Exploring supervised neighborhood preserving embedding (SNPE) as a nonlinear feature extraction method for vibrational spectroscopic discrimination of agricultural samples according to geographical origins.

Supervised neighborhood preserving embedding (SNPE), a nonlinear dimensionality reduction method, was employed to represent near-infrared (NIR) and Raman spectral features of agricultural samples (Angelica gigas, sesame, and red pepper), and the newly constructed variables were used to discriminate their geographical origins.
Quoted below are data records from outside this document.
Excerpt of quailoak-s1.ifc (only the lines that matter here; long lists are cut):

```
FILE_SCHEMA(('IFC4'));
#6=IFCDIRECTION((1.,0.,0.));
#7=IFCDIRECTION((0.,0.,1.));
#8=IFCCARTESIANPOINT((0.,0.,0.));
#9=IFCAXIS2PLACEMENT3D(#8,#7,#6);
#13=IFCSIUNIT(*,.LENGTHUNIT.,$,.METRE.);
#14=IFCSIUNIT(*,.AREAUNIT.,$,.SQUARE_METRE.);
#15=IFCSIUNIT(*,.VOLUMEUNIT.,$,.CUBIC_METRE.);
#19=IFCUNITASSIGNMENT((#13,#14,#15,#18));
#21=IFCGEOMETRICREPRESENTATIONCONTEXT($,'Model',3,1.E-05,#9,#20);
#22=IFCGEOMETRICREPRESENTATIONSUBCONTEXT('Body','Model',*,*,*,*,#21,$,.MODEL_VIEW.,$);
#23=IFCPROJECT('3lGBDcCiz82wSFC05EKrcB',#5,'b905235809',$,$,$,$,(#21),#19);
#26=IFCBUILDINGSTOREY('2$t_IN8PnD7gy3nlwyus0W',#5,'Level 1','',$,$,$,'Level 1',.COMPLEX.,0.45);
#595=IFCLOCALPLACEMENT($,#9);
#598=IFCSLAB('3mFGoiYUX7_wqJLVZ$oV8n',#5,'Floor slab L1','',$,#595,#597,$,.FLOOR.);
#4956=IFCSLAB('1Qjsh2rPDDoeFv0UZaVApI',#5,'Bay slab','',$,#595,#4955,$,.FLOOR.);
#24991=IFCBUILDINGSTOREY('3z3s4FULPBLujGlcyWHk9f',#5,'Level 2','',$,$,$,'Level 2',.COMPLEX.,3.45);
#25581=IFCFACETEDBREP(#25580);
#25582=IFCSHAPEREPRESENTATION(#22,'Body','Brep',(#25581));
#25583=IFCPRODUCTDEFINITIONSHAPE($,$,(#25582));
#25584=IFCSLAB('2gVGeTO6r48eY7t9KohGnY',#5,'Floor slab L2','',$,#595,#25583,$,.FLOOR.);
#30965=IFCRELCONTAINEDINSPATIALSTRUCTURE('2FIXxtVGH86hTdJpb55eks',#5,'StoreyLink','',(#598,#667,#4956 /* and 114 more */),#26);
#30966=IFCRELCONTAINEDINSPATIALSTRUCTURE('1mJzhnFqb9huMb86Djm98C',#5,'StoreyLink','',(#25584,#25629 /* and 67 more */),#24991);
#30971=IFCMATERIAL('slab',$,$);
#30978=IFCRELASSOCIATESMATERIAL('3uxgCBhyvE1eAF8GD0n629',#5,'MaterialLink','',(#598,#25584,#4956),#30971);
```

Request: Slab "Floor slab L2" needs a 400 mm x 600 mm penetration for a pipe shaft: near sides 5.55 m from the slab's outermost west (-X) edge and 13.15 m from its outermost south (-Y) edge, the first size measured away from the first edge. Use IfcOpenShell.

```python
import numpy as np
import ifcopenshell
import ifcopenshell.api.feature
import ifcopenshell.api.geometry
import ifcopenshell.api.root
import ifcopenshell.geom
import ifcopenshell.util.placement
import ifcopenshell.util.representation
import ifcopenshell.util.shape
import ifcopenshell.util.unit

model = ifcopenshell.open("quailoak-s1.ifc")
unit_scale = ifcopenshell.util.unit.calculate_unit_scale(model)
settings = ifcopenshell.geom.settings()


def volume(element):
    """Net volume in cubic metres, openings subtracted."""
    shape = ifcopenshell.geom.create_shape(settings, element)
    return ifcopenshell.util.shape.get_volume(shape.geometry)


slab = model.by_guid("2gVGeTO6r48eY7t9KohGnY")
before = volume(slab)

# Extent in the slab's own axes, in metres. The edges named are its -X and -Y sides.
slab_shape = ifcopenshell.geom.create_shape(settings, slab)
vertices = ifcopenshell.util.shape.get_vertices(slab_shape.geometry)
x_min, y_min, bottom = vertices.min(axis=0)
top = vertices[:, 2].max()

opening = ifcopenshell.api.root.create_entity(model, ifc_class="IfcOpeningElement", name="Pipe shaft opening", predefined_type="OPENING")
context = ifcopenshell.util.representation.get_context(model, "Model", "Body", "MODEL_VIEW")
width, depth = 0.4, 0.6
outline = [(0.0, 0.0), (width, 0.0), (width, depth), (0.0, depth), (0.0, 0.0)]
# Overshoot both faces by 50 mm so the cut is clean.
shape = ifcopenshell.api.geometry.add_slab_representation(
    model, context=context, depth=top - bottom + 0.1, polyline=outline
)
ifcopenshell.api.geometry.assign_representation(model, product=opening, representation=shape)

matrix = ifcopenshell.util.placement.get_local_placement(slab.ObjectPlacement)
matrix[:, 3] = matrix @ np.append(np.array([x_min + 5.55, y_min + 13.15, bottom - 0.05]) / unit_scale, 1.0)
ifcopenshell.api.geometry.edit_object_placement(model, product=opening, matrix=matrix, is_si=False)
ifcopenshell.api.feature.add_feature(model, feature=opening, element=slab)

after = volume(slab)

print(f"slab volume {before:.3f} -> {after:.3f} m3")

model.write("quailoak-s1_edited.ifc")
```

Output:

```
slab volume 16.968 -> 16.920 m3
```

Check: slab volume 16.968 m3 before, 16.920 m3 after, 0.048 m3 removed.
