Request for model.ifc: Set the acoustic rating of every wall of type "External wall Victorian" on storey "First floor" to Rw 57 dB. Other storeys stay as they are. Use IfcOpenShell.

First a look at what the model holds.

```python
import ifcopenshell
import ifcopenshell.util.element

model = ifcopenshell.open("model.ifc")
print(model.schema)
storey = next(s for s in model.by_type("IfcBuildingStorey") if s.Name == "First floor")
walls = [e for e in ifcopenshell.util.element.get_decomposition(storey) if e.is_a("IfcWall")]
seen = {}
for e in walls:
    element_type = ifcopenshell.util.element.get_type(e)
    key = (element_type.Name if element_type != e and element_type else None, ifcopenshell.util.element.get_pset(e, "Pset_WallCommon", "AcousticRating"))
    seen[key] = seen.get(key, 0) + 1
for (name, value), count in sorted(seen.items(), key=str):
    print(count, "x", name, "|", value)
```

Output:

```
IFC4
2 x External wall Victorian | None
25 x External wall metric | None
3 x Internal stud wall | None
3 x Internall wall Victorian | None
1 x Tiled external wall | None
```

```python
import ifcopenshell
import ifcopenshell.api.pset
import ifcopenshell.util.element

model = ifcopenshell.open("model.ifc")

storey = next(s for s in model.by_type("IfcBuildingStorey") if s.Name == "First floor")
walls = [e for e in ifcopenshell.util.element.get_decomposition(storey) if e.is_a("IfcWall")]

count = 0
for e in walls:
    element_type = ifcopenshell.util.element.get_type(e)
    if element_type in (None, e) or element_type.Name != "External wall Victorian":
        continue
    # add_pset returns the element's existing set when there is one.
    pset = ifcopenshell.api.pset.add_pset(model, product=e, name="Pset_WallCommon")
    ifcopenshell.api.pset.edit_pset(model, pset=pset, properties={"AcousticRating": "Rw 57 dB"})
    count += 1

print(count, "walls updated")

model.write("model_rev.ifc")
```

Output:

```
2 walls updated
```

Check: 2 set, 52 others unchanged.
This study was done to evaluate the potential of SNPE for recognizing minute spectral differences between classes by preserving local relationships, in comparison with widely adopted linear feature representation methods such as principal component analysis (PCA) and partial least squares (PLS). For this purpose, diffuse reflectance NIR spectral datasets of Angelica gigas, sesame, and red pepper, and a Raman spectral dataset of the same red pepper were prepared. The spectra were represented into new variables in reduced dimensions by PCA, PLS, neighborhood preserving embedding (NPE), and SNPE, and the represented variables were used to determine the geographical origins of samples by using the k-nearest neighbor (k-NN) and support vector machine (SVM). The combination of SNPE and SVM differentiated the geographical origins with improved accuracy. Overall results demonstrate that SNPE is a valuable alternative feature representation method, especially when complex and highly overlapping vibrational spectra are used for analysis.